## Task data
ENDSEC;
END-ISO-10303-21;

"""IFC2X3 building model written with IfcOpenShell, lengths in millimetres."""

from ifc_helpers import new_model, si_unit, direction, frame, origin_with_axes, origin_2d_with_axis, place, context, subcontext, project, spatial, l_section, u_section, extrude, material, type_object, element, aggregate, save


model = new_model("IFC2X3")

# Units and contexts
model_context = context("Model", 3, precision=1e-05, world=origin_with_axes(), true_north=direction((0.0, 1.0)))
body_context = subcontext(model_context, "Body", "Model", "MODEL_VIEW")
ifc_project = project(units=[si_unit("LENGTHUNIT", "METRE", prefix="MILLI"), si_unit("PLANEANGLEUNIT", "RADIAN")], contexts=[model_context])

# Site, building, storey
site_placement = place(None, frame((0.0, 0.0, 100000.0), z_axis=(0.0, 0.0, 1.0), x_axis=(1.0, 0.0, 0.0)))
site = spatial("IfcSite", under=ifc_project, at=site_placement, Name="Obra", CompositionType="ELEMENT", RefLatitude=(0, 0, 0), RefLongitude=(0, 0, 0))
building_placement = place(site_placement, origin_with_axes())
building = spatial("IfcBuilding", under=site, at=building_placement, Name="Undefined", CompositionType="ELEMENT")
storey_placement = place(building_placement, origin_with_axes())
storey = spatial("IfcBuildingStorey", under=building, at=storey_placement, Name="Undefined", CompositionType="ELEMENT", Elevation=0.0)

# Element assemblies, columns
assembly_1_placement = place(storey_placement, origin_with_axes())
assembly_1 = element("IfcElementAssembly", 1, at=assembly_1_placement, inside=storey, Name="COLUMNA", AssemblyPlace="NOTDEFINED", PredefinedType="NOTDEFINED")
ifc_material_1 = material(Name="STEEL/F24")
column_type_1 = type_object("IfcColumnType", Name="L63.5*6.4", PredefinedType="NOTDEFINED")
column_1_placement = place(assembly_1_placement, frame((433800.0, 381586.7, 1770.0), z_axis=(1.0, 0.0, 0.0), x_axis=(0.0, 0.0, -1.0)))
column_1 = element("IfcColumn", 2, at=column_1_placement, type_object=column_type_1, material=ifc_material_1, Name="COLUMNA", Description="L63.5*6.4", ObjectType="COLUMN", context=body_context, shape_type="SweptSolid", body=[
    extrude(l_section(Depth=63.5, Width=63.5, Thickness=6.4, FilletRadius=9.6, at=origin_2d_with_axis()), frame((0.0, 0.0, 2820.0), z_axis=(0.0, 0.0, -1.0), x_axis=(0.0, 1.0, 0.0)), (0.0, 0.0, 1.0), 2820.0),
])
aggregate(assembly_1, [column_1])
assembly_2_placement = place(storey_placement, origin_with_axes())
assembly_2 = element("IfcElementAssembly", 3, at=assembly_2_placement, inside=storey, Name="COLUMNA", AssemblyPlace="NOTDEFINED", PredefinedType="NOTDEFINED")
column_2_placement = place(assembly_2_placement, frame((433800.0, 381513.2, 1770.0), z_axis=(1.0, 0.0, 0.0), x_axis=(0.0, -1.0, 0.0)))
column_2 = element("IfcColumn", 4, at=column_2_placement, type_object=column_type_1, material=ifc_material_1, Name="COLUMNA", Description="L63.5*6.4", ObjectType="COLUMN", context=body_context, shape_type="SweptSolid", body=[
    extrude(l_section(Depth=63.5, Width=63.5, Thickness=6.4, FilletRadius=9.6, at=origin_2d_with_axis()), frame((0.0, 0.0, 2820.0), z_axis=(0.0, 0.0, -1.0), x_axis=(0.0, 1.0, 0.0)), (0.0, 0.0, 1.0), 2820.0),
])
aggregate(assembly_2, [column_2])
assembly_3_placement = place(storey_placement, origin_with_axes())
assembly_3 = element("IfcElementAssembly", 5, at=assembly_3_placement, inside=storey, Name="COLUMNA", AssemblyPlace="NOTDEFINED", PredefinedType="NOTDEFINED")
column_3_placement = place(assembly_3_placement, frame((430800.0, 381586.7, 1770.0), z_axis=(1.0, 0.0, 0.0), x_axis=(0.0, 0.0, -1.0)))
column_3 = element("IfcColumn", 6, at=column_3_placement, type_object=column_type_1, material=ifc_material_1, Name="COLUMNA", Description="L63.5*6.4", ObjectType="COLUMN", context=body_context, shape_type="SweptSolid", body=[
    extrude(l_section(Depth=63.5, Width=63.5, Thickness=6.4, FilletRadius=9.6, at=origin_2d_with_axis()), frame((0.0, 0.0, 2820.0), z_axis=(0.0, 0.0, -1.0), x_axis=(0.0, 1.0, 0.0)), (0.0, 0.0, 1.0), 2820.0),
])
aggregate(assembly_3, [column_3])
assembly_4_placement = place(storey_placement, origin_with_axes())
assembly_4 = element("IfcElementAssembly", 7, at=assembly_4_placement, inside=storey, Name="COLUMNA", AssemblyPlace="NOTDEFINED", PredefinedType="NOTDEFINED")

## Try it
All of the entries, from the first line to the last, should be duplicated exactly.

## Reply
ENDSEC;
END-ISO-10303-21;

"""IFC2X3 building model written with IfcOpenShell, lengths in millimetres."""

from ifc_helpers import new_model, si_unit, direction, frame, origin_with_axes, origin_2d_with_axis, place, context, subcontext, project, spatial, l_section, u_section, extrude, material, type_object, element, aggregate, save


model = new_model("IFC2X3")

# Units and contexts
model_context = context("Model", 3, precision=1e-05, world=origin_with_axes(), true_north=direction((0.0, 1.0)))
body_context = subcontext(model_context, "Body", "Model", "MODEL_VIEW")
ifc_project = project(units=[si_unit("LENGTHUNIT", "METRE", prefix="MILLI"), si_unit("PLANEANGLEUNIT", "RADIAN")], contexts=[model_context])

# Site, building, storey
site_placement = place(None, frame((0.0, 0.0, 100000.0), z_axis=(0.0, 0.0, 1.0), x_axis=(1.0, 0.0, 0.0)))
site = spatial("IfcSite", under=ifc_project, at=site_placement, Name="Obra", CompositionType="ELEMENT", RefLatitude=(0, 0, 0), RefLongitude=(0, 0, 0))
building_placement = place(site_placement, origin_with_axes())
building = spatial("IfcBuilding", under=site, at=building_placement, Name="Undefined", CompositionType="ELEMENT")
storey_placement = place(building_placement, origin_with_axes())
storey = spatial("IfcBuildingStorey", under=building, at=storey_placement, Name="Undefined", CompositionType="ELEMENT", Elevation=0.0)

# Element assemblies, columns
assembly_1_placement = place(storey_placement, origin_with_axes())
assembly_1 = element("IfcElementAssembly", 1, at=assembly_1_placement, inside=storey, Name="COLUMNA", AssemblyPlace="NOTDEFINED", PredefinedType="NOTDEFINED")
ifc_material_1 = material(Name="STEEL/F24")
column_type_1 = type_object("IfcColumnType", Name="L63.5*6.4", PredefinedType="NOTDEFINED")
column_1_placement = place(assembly_1_placement, frame((433800.0, 381586.7, 1770.0), z_axis=(1.0, 0.0, 0.0), x_axis=(0.0, 0.0, -1.0)))
column_1 = element("IfcColumn", 2, at=column_1_placement, type_object=column_type_1, material=ifc_material_1, Name="COLUMNA", Description="L63.5*6.4", ObjectType="COLUMN", context=body_context, shape_type="SweptSolid", body=[
    extrude(l_section(Depth=63.5, Width=63.5, Thickness=6.4, FilletRadius=9.6, at=origin_2d_with_axis()), frame((0.0, 0.0, 2820.0), z_axis=(0.0, 0.0, -1.0), x_axis=(0.0, 1.0, 0.0)), (0.0, 0.0, 1.0), 2820.0),
])
aggregate(assembly_1, [column_1])
assembly_2_placement = place(storey_placement, origin_with_axes())
assembly_2 = element("IfcElementAssembly", 3, at=assembly_2_placement, inside=storey, Name="COLUMNA", AssemblyPlace="NOTDEFINED", PredefinedType="NOTDEFINED")
column_2_placement = place(assembly_2_placement, frame((433800.0, 381513.2, 1770.0), z_axis=(1.0, 0.0, 0.0), x_axis=(0.0, -1.0, 0.0)))
column_2 = element("IfcColumn", 4, at=column_2_placement, type_object=column_type_1, material=ifc_material_1, Name="COLUMNA", Description="L63.5*6.4", ObjectType="COLUMN", context=body_context, shape_type="SweptSolid", body=[
    extrude(l_section(Depth=63.5, Width=63.5, Thickness=6.4, FilletRadius=9.6, at=origin_2d_with_axis()), frame((0.0, 0.0, 2820.0), z_axis=(0.0, 0.0, -1.0), x_axis=(0.0, 1.0, 0.0)), (0.0, 0.0, 1.0), 2820.0),
])
aggregate(assembly_2, [column_2])
assembly_3_placement = place(storey_placement, origin_with_axes())
assembly_3 = element("IfcElementAssembly", 5, at=assembly_3_placement, inside=storey, Name="COLUMNA", AssemblyPlace="NOTDEFINED", PredefinedType="NOTDEFINED")
column_3_placement = place(assembly_3_placement, frame((430800.0, 381586.7, 1770.0), z_axis=(1.0, 0.0, 0.0), x_axis=(0.0, 0.0, -1.0)))
column_3 = element("IfcColumn", 6, at=column_3_placement, type_object=column_type_1, material=ifc_material_1, Name="COLUMNA", Description="L63.5*6.4", ObjectType="COLUMN", context=body_context, shape_type="SweptSolid", body=[
    extrude(l_section(Depth=63.5, Width=63.5, Thickness=6.4, FilletRadius=9.6, at=origin_2d_with_axis()), frame((0.0, 0.0, 2820.0), z_axis=(0.0, 0.0, -1.0), x_axis=(0.0, 1.0, 0.0)), (0.0, 0.0, 1.0), 2820.0),
])
aggregate(assembly_3, [column_3])
assembly_4_placement = place(storey_placement, origin_with_axes())
assembly_4 = element("IfcElementAssembly", 7, at=assembly_4_placement, inside=storey, Name="COLUMNA", AssemblyPlace="NOTDEFINED", PredefinedType="NOTDEFINED")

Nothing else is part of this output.